== Problem details ==
The expected output is the first line of the data below and every line after it, up to and including the line containing "#124=IFCINDEXEDPOLYGONALFACE((1,3,7,5));", each reproduced exactly.

== Recorded information ==
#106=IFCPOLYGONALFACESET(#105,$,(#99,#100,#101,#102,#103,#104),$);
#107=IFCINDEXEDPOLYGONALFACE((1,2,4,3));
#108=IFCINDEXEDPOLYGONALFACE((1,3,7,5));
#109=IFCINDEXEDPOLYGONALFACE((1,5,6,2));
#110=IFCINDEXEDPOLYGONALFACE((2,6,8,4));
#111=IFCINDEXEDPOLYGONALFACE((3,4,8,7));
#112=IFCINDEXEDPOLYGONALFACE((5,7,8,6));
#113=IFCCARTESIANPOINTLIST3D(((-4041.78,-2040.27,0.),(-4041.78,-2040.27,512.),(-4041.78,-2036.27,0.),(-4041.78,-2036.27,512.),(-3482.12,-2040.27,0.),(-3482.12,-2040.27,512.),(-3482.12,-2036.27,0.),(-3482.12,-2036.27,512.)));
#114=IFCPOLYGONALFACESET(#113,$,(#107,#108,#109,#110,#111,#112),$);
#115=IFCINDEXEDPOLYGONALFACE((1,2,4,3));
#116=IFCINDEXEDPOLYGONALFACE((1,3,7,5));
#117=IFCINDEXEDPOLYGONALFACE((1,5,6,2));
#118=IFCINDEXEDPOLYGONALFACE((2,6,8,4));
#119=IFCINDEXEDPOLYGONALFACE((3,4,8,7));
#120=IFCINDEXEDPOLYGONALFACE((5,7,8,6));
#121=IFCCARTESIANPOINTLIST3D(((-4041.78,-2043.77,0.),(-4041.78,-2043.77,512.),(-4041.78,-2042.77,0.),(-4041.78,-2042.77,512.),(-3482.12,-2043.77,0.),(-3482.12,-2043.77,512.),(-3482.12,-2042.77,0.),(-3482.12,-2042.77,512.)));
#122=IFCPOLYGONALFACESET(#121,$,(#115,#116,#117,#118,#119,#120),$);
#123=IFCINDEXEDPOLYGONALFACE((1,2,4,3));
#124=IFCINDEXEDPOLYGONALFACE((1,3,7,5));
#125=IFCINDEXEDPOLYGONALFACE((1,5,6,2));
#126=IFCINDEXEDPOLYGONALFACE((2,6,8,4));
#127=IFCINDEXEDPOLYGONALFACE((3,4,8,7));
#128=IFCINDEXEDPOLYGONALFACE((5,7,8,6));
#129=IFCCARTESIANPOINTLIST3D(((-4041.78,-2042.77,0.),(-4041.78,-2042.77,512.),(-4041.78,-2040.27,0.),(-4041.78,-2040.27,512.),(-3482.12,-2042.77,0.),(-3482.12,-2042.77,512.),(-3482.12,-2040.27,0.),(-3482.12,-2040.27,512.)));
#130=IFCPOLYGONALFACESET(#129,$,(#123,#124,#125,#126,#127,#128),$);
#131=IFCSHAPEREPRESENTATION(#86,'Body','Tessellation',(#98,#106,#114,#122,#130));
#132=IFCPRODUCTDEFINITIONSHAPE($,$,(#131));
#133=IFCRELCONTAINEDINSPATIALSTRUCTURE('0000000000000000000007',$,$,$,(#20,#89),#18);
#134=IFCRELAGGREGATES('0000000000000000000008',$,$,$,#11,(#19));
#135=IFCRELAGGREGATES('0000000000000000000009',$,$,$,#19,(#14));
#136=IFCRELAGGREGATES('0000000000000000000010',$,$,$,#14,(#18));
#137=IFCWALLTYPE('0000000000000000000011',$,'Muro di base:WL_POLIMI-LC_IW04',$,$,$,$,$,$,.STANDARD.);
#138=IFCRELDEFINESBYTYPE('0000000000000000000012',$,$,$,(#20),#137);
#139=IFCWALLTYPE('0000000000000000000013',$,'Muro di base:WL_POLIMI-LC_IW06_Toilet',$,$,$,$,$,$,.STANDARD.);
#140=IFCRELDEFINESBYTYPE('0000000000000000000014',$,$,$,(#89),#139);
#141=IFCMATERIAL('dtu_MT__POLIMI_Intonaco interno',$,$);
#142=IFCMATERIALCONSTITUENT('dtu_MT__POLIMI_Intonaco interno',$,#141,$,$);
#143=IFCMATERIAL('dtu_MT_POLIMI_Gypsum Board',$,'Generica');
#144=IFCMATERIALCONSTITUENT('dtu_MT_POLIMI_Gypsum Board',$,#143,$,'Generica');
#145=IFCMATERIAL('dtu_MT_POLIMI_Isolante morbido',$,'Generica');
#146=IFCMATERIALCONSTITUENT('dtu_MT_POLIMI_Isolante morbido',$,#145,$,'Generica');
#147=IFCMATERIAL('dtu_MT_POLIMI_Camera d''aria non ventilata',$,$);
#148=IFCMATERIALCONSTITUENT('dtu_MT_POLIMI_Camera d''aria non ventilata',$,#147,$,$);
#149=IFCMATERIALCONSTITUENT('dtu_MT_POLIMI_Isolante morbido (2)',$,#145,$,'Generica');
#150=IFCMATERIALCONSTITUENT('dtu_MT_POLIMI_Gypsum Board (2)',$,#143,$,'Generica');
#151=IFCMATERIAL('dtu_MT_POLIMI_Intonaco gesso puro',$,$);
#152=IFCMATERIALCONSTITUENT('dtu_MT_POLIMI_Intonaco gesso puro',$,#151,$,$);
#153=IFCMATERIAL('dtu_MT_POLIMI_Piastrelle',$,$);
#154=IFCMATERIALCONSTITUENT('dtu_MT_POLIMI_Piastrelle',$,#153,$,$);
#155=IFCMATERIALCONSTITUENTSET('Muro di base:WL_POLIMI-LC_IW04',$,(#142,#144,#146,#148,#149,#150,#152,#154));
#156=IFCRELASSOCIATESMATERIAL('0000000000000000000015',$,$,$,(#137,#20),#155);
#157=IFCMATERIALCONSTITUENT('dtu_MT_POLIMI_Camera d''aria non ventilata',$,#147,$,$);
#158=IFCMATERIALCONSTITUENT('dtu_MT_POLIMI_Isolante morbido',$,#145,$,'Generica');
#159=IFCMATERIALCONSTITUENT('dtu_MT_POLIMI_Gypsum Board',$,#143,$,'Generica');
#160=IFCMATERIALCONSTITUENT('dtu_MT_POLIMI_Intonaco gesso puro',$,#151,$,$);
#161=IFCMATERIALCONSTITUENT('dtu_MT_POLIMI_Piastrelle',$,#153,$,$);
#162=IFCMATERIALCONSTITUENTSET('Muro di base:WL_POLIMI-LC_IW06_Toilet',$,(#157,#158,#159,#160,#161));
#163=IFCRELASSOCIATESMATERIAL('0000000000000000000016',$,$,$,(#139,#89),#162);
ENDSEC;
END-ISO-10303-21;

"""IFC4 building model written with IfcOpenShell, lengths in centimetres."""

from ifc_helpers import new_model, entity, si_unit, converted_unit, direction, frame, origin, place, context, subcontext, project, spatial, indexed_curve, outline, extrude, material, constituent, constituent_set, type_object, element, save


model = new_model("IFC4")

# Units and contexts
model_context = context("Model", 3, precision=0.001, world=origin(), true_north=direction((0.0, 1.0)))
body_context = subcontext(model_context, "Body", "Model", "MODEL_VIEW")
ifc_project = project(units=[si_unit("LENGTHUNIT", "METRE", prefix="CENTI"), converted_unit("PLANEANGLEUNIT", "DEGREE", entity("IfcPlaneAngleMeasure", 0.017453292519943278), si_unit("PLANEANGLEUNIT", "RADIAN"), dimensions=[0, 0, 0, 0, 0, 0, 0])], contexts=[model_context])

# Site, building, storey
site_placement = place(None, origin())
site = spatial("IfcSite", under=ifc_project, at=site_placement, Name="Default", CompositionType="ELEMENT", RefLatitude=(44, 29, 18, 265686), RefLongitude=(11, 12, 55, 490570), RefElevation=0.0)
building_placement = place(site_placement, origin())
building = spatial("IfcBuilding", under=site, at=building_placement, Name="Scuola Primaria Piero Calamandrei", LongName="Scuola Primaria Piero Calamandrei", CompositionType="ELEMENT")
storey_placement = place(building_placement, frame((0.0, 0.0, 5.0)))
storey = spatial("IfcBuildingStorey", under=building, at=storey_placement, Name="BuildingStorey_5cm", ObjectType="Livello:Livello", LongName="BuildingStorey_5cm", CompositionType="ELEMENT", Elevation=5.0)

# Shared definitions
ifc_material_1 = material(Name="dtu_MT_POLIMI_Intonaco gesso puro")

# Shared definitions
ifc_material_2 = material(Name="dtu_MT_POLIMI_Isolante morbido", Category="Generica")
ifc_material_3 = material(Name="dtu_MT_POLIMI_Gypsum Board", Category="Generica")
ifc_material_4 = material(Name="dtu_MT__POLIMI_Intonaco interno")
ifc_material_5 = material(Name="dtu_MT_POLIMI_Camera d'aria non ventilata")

== Answer to the exercise ==
#106=IFCPOLYGONALFACESET(#105,$,(#99,#100,#101,#102,#103,#104),$);
#107=IFCINDEXEDPOLYGONALFACE((1,2,4,3));
#108=IFCINDEXEDPOLYGONALFACE((1,3,7,5));
#109=IFCINDEXEDPOLYGONALFACE((1,5,6,2));
#110=IFCINDEXEDPOLYGONALFACE((2,6,8,4));
#111=IFCINDEXEDPOLYGONALFACE((3,4,8,7));
#112=IFCINDEXEDPOLYGONALFACE((5,7,8,6));
#113=IFCCARTESIANPOINTLIST3D(((-4041.78,-2040.27,0.),(-4041.78,-2040.27,512.),(-4041.78,-2036.27,0.),(-4041.78,-2036.27,512.),(-3482.12,-2040.27,0.),(-3482.12,-2040.27,512.),(-3482.12,-2036.27,0.),(-3482.12,-2036.27,512.)));
#114=IFCPOLYGONALFACESET(#113,$,(#107,#108,#109,#110,#111,#112),$);
#115=IFCINDEXEDPOLYGONALFACE((1,2,4,3));
#116=IFCINDEXEDPOLYGONALFACE((1,3,7,5));
#117=IFCINDEXEDPOLYGONALFACE((1,5,6,2));
#118=IFCINDEXEDPOLYGONALFACE((2,6,8,4));
#119=IFCINDEXEDPOLYGONALFACE((3,4,8,7));
#120=IFCINDEXEDPOLYGONALFACE((5,7,8,6));
#121=IFCCARTESIANPOINTLIST3D(((-4041.78,-2043.77,0.),(-4041.78,-2043.77,512.),(-4041.78,-2042.77,0.),(-4041.78,-2042.77,512.),(-3482.12,-2043.77,0.),(-3482.12,-2043.77,512.),(-3482.12,-2042.77,0.),(-3482.12,-2042.77,512.)));
#122=IFCPOLYGONALFACESET(#121,$,(#115,#116,#117,#118,#119,#120),$);
#123=IFCINDEXEDPOLYGONALFACE((1,2,4,3));
#124=IFCINDEXEDPOLYGONALFACE((1,3,7,5));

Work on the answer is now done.